A commonality underlying all of these dimensions arises from an overriding lesson we have gleaned from our combined decades of designing investment strategies: thoughtful product design work includes striking a balance between simplicity and effectiveness. Albert Einstein aptly captured this notion: “Everything should be made as simple as possible, but not simpler.” We lean toward simplicity because it tends to lead to more predictable results and easier governance (Brightman, Kalesnik, and Kose, 2015), and we are highly conscientious in our design of preserving the effectiveness of the strategy.
As we explore each of the four craftsmanship dimensions, we will use the example of a strategy—the RAFI™ Fundamental Index—that relies on fundamental measures of company size to systematically rebalance against the market's constantly shifting expectations, and thereby harnessing a value premium (Arnott, 2006). Investors can apply the following framework to evaluate the craftsmanship elements of just about any smart beta strategy.

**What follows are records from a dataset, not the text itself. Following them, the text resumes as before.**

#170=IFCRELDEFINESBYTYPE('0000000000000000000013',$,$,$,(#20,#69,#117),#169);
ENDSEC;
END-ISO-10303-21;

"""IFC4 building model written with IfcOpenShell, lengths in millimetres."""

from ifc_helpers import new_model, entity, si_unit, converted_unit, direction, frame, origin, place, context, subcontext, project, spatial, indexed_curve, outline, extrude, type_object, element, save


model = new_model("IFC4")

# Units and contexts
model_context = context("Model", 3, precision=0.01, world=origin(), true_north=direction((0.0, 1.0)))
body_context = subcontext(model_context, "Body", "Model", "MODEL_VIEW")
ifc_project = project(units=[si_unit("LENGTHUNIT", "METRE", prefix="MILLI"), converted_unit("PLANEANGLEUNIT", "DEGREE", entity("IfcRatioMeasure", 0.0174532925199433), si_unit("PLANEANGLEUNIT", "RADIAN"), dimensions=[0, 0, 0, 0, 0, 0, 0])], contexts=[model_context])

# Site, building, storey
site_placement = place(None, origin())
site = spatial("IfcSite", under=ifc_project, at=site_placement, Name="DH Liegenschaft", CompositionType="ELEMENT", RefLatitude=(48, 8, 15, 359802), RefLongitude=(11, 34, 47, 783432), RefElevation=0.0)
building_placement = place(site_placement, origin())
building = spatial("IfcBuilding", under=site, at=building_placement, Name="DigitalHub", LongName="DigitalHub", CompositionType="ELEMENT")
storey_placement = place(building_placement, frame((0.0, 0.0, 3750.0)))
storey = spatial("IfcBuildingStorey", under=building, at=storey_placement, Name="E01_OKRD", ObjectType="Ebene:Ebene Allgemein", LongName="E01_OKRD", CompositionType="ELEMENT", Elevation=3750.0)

Dimension #1: Universe coverage and weighting mechanism
Decisions surrounding the universe coverage and weighting mechanisms of strategies can meaningfully impact investor portfolios because they influence the amount of liquidity available, which in turn affects transaction costs. For instance, if we invest in a strategy that allocates equal weights to all stocks with no consideration of the size of a company (an equal-weighted scheme), we inherently have a higher exposure to smaller companies, which tend to be less liquid and more expensive to trade. Unfortunately, most investors ignore liquidity issues because of the difficulty in observing their tangible impact on portfolio returns.

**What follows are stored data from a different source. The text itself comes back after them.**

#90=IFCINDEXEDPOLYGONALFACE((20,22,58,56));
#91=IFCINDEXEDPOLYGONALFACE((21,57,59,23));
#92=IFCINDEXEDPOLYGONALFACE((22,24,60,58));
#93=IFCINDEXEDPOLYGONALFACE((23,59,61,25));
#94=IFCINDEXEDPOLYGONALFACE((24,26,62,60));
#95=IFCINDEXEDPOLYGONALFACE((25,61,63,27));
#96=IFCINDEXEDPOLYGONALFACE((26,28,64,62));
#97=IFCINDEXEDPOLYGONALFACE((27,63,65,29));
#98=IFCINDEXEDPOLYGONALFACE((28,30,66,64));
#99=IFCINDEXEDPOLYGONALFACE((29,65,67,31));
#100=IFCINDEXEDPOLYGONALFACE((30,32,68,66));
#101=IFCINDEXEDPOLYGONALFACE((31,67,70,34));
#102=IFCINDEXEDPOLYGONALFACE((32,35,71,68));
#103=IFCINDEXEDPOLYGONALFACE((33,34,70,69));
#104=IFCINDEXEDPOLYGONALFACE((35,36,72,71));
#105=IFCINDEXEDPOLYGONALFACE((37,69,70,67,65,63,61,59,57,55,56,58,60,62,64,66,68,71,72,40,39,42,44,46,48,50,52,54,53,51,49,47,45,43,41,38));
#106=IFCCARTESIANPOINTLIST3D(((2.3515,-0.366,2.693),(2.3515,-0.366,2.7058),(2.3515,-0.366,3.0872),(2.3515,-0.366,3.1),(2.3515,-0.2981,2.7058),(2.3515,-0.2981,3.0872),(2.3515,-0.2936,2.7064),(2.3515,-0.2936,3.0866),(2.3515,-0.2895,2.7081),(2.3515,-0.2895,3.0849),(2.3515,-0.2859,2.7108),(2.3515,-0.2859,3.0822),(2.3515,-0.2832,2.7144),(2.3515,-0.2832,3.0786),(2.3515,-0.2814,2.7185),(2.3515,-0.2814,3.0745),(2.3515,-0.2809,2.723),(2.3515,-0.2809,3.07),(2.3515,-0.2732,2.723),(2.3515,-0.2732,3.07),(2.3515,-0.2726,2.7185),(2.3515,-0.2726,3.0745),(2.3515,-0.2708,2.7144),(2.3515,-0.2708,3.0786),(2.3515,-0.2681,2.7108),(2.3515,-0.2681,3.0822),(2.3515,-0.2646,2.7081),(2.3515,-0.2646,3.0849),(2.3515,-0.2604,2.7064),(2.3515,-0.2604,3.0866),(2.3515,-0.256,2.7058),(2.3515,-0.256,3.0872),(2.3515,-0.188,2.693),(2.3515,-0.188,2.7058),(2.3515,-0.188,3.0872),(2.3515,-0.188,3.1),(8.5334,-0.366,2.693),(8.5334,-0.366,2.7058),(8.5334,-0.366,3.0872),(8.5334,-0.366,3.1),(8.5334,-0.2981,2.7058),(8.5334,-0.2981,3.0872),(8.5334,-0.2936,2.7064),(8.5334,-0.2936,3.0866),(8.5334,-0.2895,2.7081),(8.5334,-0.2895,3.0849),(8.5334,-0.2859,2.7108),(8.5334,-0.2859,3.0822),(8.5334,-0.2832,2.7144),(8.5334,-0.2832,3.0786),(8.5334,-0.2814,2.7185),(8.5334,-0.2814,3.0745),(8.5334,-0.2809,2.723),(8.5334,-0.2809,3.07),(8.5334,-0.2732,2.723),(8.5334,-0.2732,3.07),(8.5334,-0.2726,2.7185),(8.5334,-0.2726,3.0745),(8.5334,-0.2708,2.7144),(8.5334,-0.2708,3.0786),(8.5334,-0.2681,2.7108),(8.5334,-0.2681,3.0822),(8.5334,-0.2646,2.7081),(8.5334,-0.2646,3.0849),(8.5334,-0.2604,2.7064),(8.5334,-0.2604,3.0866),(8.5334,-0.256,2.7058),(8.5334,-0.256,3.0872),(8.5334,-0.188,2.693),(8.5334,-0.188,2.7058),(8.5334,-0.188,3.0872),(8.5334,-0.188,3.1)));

This dimension partially informs why we chose to avoid an equal-weighted approach, even though it is the simplest non-price-weighted weighting mechanism of all! Consider the comparative analysis conducted by Aked et al. (2014). The starting universes of the portfolios in the analysis include all stocks within the largest 85th percentile rank, either by cumulative market capitalization (for the cap-weighted and equal-weighted strategies) or by cumulative fundamental weight (for the fundamental strategy).2 Both essentially cover a fixed portion of the market and are consistent with the practices of the most popular index providers.

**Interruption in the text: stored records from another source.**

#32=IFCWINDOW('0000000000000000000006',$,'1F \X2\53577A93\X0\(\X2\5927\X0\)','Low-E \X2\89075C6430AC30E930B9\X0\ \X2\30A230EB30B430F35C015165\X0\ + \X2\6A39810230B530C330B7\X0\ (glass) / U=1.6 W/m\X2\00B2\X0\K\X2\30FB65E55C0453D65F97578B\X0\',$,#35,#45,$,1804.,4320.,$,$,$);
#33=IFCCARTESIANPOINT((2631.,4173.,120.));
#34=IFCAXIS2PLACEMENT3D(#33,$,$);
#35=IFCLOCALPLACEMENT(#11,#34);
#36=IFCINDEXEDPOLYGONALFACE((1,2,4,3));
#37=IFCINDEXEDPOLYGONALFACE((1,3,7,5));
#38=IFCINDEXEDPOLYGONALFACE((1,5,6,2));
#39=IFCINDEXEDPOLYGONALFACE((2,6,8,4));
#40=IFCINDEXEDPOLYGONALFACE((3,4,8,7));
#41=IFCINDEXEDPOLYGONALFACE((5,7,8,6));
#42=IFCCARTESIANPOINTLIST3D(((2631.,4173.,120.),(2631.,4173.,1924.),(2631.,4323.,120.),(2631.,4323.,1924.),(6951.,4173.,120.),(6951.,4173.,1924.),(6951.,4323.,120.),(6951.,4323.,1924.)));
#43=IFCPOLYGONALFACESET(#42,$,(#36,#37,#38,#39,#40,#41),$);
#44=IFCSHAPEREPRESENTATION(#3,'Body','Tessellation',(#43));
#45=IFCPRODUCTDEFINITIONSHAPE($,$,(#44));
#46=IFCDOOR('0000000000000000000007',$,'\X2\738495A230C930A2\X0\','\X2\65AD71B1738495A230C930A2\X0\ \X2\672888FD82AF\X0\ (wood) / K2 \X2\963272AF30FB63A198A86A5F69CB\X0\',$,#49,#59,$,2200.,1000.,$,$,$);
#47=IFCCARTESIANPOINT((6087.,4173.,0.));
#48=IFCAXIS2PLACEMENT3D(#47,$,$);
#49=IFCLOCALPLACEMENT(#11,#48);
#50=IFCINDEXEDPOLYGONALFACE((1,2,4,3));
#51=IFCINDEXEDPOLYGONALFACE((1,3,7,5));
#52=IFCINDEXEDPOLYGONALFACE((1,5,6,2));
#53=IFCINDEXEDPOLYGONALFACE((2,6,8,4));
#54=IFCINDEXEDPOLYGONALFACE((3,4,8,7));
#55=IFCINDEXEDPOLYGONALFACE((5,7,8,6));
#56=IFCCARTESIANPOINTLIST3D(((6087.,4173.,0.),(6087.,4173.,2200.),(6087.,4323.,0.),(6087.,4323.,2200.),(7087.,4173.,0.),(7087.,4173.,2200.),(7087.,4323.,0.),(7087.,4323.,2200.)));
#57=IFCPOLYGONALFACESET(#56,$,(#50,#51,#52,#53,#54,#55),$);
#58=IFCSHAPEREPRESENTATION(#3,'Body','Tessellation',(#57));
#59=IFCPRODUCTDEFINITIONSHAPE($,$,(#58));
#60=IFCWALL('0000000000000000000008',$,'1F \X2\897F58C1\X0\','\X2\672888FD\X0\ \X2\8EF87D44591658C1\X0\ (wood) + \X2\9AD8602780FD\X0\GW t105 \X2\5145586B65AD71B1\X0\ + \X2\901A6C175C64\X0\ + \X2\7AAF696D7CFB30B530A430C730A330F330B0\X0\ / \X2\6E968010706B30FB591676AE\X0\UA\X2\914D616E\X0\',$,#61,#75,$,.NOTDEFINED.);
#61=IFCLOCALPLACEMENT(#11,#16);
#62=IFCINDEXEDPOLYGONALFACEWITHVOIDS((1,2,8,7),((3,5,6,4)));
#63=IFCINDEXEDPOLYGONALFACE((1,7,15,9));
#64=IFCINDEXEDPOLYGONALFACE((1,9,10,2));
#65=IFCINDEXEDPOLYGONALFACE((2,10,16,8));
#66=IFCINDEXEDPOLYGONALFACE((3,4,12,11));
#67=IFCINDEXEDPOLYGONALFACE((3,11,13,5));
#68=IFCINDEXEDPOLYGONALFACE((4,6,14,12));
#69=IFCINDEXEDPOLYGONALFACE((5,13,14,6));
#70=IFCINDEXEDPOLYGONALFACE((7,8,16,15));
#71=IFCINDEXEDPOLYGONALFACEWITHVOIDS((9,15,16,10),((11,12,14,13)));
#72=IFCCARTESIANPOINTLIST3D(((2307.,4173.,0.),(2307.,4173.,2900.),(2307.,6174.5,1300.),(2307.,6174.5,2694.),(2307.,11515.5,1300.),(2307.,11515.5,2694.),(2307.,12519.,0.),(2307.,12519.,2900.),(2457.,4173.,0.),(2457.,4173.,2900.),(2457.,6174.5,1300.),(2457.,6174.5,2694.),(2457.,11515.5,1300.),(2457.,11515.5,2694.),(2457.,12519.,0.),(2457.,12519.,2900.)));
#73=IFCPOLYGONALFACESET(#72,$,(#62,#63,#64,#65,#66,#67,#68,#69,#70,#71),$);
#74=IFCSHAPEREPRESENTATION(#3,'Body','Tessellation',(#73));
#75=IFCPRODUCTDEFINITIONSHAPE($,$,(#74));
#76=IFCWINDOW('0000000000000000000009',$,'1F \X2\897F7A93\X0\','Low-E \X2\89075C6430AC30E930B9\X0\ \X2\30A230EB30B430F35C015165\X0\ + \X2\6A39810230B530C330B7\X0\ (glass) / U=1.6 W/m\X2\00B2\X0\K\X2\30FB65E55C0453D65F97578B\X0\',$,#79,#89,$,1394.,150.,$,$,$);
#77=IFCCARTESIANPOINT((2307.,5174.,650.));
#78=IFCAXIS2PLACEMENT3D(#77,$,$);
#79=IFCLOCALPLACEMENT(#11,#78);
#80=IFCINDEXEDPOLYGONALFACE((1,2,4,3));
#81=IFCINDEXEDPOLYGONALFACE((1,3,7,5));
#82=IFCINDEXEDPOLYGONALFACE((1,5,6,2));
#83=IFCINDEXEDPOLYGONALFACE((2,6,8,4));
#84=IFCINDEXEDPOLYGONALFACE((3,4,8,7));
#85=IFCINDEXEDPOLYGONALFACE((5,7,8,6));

A couple of observations: First, both an equal-weighted approach and a fundamental-weighted approach exploit a weakness in the cap-weighted approach—the tendency to overweight overpriced stocks and underweight underpriced stocks. So, as expected, both strategies meaningfully outperform the cap-weighted benchmark over the long run. Second, and more surprising, we observe a substantial difference in the performance of the fundamental approach and of the equal-weighted approach across the G7 countries: Australia, Canada, France, Germany, Italy, Japan, United Kingdom, and United States.